**Exercise brief**
Retype, without any change, the first line of the records and every line after it through the one containing "material, type_object, element, save".

##### Data listing

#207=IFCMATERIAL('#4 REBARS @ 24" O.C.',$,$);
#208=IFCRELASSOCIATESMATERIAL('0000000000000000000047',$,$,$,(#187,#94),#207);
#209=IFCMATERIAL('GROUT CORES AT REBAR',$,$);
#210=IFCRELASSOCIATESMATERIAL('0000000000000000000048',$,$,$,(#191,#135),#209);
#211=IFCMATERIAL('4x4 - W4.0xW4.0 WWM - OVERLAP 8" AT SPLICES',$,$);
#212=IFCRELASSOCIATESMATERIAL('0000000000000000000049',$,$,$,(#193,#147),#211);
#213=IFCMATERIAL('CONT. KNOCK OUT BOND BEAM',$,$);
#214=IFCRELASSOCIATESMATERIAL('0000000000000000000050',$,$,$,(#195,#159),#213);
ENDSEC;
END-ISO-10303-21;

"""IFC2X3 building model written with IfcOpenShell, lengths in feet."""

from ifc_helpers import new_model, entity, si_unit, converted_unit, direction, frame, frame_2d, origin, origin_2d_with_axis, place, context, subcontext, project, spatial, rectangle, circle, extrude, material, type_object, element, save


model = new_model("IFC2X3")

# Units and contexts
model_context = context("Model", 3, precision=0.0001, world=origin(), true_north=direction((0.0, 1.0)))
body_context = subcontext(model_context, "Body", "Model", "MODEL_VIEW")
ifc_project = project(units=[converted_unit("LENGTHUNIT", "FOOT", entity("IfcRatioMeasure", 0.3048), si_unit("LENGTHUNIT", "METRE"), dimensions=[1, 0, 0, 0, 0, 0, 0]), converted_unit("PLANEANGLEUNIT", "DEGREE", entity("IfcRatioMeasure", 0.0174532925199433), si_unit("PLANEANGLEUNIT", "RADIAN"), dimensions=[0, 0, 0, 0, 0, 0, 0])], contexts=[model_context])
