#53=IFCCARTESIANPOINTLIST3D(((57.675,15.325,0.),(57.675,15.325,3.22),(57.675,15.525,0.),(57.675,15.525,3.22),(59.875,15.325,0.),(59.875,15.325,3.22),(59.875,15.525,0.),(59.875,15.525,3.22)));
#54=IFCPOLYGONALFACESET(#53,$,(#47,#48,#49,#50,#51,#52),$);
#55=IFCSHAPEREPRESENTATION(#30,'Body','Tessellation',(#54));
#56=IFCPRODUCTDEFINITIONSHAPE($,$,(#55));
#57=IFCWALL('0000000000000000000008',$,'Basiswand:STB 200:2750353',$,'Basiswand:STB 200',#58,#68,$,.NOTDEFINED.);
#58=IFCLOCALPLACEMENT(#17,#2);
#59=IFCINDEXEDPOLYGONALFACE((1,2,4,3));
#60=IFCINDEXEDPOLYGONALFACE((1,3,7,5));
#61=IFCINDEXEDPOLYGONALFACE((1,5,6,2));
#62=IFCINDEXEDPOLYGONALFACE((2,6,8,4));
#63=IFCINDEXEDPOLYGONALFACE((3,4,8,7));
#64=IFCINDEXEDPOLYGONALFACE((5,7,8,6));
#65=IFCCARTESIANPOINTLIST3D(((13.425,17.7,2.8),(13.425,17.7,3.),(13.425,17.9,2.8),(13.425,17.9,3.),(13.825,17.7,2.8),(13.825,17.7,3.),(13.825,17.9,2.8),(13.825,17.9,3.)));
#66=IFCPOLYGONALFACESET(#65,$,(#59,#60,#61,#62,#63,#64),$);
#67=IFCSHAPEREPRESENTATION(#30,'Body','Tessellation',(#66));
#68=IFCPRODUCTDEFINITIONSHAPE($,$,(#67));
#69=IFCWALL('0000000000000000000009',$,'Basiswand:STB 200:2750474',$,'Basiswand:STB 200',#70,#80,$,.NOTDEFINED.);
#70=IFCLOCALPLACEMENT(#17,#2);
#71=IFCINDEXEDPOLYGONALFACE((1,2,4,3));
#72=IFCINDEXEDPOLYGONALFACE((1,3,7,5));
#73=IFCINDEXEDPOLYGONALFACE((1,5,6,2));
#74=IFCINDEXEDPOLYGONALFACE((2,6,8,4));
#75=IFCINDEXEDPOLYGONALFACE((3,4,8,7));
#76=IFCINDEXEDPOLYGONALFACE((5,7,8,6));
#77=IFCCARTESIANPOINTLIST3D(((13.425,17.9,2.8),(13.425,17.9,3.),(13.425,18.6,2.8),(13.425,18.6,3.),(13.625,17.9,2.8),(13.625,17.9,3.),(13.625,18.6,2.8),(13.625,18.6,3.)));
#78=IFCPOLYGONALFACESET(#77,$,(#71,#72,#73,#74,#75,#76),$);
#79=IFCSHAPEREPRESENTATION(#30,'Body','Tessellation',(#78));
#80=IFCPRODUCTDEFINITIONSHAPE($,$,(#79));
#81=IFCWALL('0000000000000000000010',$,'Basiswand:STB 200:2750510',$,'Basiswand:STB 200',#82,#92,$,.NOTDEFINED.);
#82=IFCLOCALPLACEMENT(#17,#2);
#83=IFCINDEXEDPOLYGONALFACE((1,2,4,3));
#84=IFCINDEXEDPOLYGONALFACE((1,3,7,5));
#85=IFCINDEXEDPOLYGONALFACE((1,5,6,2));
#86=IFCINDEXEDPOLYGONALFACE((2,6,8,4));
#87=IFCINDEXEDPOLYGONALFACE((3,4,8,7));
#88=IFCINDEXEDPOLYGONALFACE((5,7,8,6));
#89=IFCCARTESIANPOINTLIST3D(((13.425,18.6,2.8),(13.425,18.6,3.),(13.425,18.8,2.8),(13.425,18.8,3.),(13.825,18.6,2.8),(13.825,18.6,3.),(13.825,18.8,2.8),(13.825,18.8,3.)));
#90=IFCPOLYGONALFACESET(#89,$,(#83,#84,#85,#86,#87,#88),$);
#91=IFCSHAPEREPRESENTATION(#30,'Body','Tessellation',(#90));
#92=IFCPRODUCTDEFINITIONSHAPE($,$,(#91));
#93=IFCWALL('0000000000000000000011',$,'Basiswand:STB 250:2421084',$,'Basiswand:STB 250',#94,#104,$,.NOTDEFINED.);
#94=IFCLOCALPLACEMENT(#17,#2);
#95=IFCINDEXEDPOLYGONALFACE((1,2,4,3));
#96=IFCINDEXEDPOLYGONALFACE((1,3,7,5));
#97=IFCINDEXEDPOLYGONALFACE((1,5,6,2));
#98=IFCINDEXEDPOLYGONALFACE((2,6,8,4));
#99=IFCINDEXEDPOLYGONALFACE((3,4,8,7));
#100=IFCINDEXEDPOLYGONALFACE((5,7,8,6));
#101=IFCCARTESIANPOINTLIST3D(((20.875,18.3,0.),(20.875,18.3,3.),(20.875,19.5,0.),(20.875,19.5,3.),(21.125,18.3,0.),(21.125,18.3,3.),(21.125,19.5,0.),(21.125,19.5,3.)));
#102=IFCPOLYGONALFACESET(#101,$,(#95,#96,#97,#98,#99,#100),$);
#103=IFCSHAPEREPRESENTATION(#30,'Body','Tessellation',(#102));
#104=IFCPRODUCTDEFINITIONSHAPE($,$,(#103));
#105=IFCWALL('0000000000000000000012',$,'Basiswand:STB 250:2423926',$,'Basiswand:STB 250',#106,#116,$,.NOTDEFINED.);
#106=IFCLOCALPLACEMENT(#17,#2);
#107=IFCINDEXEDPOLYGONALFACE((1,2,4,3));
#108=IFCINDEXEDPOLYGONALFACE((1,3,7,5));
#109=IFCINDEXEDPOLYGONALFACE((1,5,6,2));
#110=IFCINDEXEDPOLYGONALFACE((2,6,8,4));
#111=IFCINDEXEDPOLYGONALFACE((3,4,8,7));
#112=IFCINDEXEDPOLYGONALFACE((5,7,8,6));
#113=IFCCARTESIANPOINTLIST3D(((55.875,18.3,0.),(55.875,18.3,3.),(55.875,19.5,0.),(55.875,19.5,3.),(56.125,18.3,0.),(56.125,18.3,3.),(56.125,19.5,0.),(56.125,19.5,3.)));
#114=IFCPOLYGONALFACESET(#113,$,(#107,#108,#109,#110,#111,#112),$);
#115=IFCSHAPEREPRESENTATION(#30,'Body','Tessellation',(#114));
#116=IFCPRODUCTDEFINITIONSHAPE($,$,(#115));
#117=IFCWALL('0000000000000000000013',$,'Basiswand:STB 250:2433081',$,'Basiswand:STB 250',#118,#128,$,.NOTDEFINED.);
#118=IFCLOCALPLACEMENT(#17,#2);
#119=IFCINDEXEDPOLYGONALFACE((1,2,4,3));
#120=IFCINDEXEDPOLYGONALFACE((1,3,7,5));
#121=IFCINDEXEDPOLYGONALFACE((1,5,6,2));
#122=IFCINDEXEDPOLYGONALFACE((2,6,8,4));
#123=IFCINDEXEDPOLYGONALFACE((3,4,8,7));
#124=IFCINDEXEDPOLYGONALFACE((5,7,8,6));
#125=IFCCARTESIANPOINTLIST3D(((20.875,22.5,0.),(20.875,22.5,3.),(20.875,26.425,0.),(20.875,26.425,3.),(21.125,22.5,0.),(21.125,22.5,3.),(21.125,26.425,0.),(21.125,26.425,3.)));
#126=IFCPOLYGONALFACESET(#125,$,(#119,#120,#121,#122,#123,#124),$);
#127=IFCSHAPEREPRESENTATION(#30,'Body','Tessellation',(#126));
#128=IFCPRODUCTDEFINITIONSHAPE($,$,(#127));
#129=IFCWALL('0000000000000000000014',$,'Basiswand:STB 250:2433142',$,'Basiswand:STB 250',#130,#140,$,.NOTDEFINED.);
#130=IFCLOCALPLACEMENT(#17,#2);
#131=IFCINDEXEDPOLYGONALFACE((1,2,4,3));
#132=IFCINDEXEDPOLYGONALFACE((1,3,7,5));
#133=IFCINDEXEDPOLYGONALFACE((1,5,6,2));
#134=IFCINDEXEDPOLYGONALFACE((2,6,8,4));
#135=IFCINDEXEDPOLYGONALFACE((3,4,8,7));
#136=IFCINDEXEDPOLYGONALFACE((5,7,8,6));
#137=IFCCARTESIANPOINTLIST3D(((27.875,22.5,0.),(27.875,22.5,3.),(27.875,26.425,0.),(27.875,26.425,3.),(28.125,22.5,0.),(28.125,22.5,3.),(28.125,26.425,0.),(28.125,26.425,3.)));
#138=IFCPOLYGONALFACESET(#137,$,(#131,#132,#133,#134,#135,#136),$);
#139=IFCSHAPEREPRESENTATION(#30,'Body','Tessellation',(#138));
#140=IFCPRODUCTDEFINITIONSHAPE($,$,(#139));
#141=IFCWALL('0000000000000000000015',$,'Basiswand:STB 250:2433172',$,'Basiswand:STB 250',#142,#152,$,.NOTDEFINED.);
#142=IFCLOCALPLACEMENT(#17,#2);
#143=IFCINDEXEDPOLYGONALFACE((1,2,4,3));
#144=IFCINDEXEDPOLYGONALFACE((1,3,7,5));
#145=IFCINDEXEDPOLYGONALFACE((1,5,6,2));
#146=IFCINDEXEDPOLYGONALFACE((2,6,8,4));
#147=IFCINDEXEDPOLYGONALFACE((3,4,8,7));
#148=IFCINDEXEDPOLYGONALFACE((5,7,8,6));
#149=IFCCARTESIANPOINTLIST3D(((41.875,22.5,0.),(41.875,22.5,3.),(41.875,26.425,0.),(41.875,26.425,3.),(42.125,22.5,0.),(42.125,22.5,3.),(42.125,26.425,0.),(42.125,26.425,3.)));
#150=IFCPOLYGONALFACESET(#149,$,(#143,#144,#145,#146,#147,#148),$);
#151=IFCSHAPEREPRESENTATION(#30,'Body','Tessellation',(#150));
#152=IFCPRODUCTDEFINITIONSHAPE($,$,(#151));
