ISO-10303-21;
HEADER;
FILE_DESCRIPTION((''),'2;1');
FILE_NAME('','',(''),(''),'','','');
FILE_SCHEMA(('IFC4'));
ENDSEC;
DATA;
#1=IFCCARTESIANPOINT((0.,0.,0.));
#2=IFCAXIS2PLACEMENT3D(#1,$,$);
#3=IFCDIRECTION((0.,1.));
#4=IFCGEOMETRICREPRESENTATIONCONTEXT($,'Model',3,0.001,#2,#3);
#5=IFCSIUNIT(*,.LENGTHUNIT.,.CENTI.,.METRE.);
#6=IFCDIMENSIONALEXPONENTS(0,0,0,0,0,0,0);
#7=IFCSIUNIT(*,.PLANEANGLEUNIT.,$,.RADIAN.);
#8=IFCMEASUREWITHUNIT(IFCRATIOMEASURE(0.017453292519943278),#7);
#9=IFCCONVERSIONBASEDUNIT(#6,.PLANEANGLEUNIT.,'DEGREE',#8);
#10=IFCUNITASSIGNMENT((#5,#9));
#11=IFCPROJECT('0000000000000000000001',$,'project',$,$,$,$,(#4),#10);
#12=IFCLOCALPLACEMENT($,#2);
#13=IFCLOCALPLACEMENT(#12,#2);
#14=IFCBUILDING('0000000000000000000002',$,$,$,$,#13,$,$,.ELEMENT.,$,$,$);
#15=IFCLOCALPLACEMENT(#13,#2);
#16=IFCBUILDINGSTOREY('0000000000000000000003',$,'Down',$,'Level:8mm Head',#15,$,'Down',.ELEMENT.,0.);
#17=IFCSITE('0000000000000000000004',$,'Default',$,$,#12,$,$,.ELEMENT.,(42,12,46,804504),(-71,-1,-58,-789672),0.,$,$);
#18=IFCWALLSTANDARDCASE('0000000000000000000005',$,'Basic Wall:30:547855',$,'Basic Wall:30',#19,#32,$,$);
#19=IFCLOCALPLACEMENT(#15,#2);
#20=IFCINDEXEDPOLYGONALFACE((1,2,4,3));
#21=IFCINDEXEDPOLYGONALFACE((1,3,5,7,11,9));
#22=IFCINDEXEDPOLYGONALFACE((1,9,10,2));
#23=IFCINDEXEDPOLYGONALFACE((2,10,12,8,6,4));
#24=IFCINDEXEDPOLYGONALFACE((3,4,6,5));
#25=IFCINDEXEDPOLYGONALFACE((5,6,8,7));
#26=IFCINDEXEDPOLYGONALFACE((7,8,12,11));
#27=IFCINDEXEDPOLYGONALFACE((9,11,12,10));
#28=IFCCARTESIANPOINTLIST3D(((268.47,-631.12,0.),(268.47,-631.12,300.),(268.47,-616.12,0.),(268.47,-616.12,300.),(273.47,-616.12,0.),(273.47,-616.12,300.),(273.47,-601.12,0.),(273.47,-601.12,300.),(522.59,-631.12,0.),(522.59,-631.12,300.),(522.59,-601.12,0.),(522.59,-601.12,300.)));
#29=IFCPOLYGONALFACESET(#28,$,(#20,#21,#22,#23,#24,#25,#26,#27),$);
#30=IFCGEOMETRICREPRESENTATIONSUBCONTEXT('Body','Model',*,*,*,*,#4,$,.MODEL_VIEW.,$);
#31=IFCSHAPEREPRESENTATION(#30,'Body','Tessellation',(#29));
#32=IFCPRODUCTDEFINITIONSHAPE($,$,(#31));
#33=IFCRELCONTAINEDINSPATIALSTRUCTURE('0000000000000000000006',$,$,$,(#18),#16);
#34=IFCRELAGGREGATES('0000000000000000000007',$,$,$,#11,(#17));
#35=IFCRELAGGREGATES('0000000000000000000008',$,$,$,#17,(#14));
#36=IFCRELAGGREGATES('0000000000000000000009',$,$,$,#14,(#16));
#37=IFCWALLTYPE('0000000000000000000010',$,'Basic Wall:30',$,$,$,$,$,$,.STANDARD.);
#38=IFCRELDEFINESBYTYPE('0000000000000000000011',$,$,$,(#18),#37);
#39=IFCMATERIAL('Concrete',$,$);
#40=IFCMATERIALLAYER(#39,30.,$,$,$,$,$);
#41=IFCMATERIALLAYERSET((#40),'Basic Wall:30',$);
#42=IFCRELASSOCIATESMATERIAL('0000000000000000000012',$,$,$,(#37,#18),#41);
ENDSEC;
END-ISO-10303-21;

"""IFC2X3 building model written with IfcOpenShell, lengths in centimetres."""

from ifc_helpers import new_model, entity, si_unit, converted_unit, direction, frame, origin, place, context, subcontext, project, spatial, polyline, outline, extrude, material, layer, layer_set, layer_usage, type_object, element, save


model = new_model("IFC2X3")

# Units and contexts
model_context = context("Model", 3, precision=0.001, world=origin(), true_north=direction((0.0, 1.0)))
body_context = subcontext(model_context, "Body", "Model", "MODEL_VIEW")
ifc_project = project(units=[si_unit("LENGTHUNIT", "METRE", prefix="CENTI"), converted_unit("PLANEANGLEUNIT", "DEGREE", entity("IfcRatioMeasure", 0.017453292519943278), si_unit("PLANEANGLEUNIT", "RADIAN"), dimensions=[0, 0, 0, 0, 0, 0, 0])], contexts=[model_context])

# Site, building, storey
site_placement = place(None, origin())
site = spatial("IfcSite", under=ifc_project, at=site_placement, Name="Default", CompositionType="ELEMENT", RefLatitude=(42, 12, 46, 804504), RefLongitude=(-71, -1, -58, -789672), RefElevation=0.0)
building_placement = place(site_placement, origin())
building = spatial("IfcBuilding", under=site, at=building_placement, CompositionType="ELEMENT")
storey_placement = place(building_placement, origin())
storey = spatial("IfcBuildingStorey", under=building, at=storey_placement, Name="Down", ObjectType="Level:8mm Head", LongName="Down", CompositionType="ELEMENT", Elevation=0.0)

# Shared definitions
ifc_material = material(Name="Concrete")

# Wall
ifc_layer_1 = layer(ifc_material, 30.0)
ifc_layer_set_1 = layer_set([ifc_layer_1], Name="Basic Wall:30")
ifc_layer_usage_1 = layer_usage(ifc_layer_set_1, "AXIS2", "NEGATIVE", 15.0)
wall_type_1 = type_object("IfcWallType", Name="Basic Wall:30", PredefinedType="STANDARD", material=ifc_layer_set_1)
wall_1_placement = place(storey_placement, frame((522.59, -616.12, 0.0), z_axis=(0.0, 0.0, 1.0), x_axis=(-1.0, 0.0, 0.0)))
element("IfcWallStandardCase", 1, at=wall_1_placement, inside=storey, type_object=wall_type_1, material=ifc_layer_usage_1, Name="Basic Wall:30:547855", ObjectType="Basic Wall:30", context=body_context, shape_type="SweptSolid", body=[
    extrude(outline(polyline([(249.12, -15.0), (249.12, 0.0), (254.12, 0.0), (254.12, 15.0), (0.0, 15.0), (0.0, -15.0), (249.12, -15.0)])), origin(), (0.0, 0.0, 1.0), 300.0),
])

save(model, "model.ifc")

##########

**Completed exercise**
#207=IFCMATERIAL('#4 REBARS @ 24" O.C.',$,$);
#208=IFCRELASSOCIATESMATERIAL('0000000000000000000047',$,$,$,(#187,#94),#207);
#209=IFCMATERIAL('GROUT CORES AT REBAR',$,$);
#210=IFCRELASSOCIATESMATERIAL('0000000000000000000048',$,$,$,(#191,#135),#209);
#211=IFCMATERIAL('4x4 - W4.0xW4.0 WWM - OVERLAP 8" AT SPLICES',$,$);
#212=IFCRELASSOCIATESMATERIAL('0000000000000000000049',$,$,$,(#193,#147),#211);
#213=IFCMATERIAL('CONT. KNOCK OUT BOND BEAM',$,$);
#214=IFCRELASSOCIATESMATERIAL('0000000000000000000050',$,$,$,(#195,#159),#213);
ENDSEC;
END-ISO-10303-21;

"""IFC2X3 building model written with IfcOpenShell, lengths in feet."""

from ifc_helpers import new_model, entity, si_unit, converted_unit, direction, frame, frame_2d, origin, origin_2d_with_axis, place, context, subcontext, project, spatial, rectangle, circle, extrude, material, type_object, element, save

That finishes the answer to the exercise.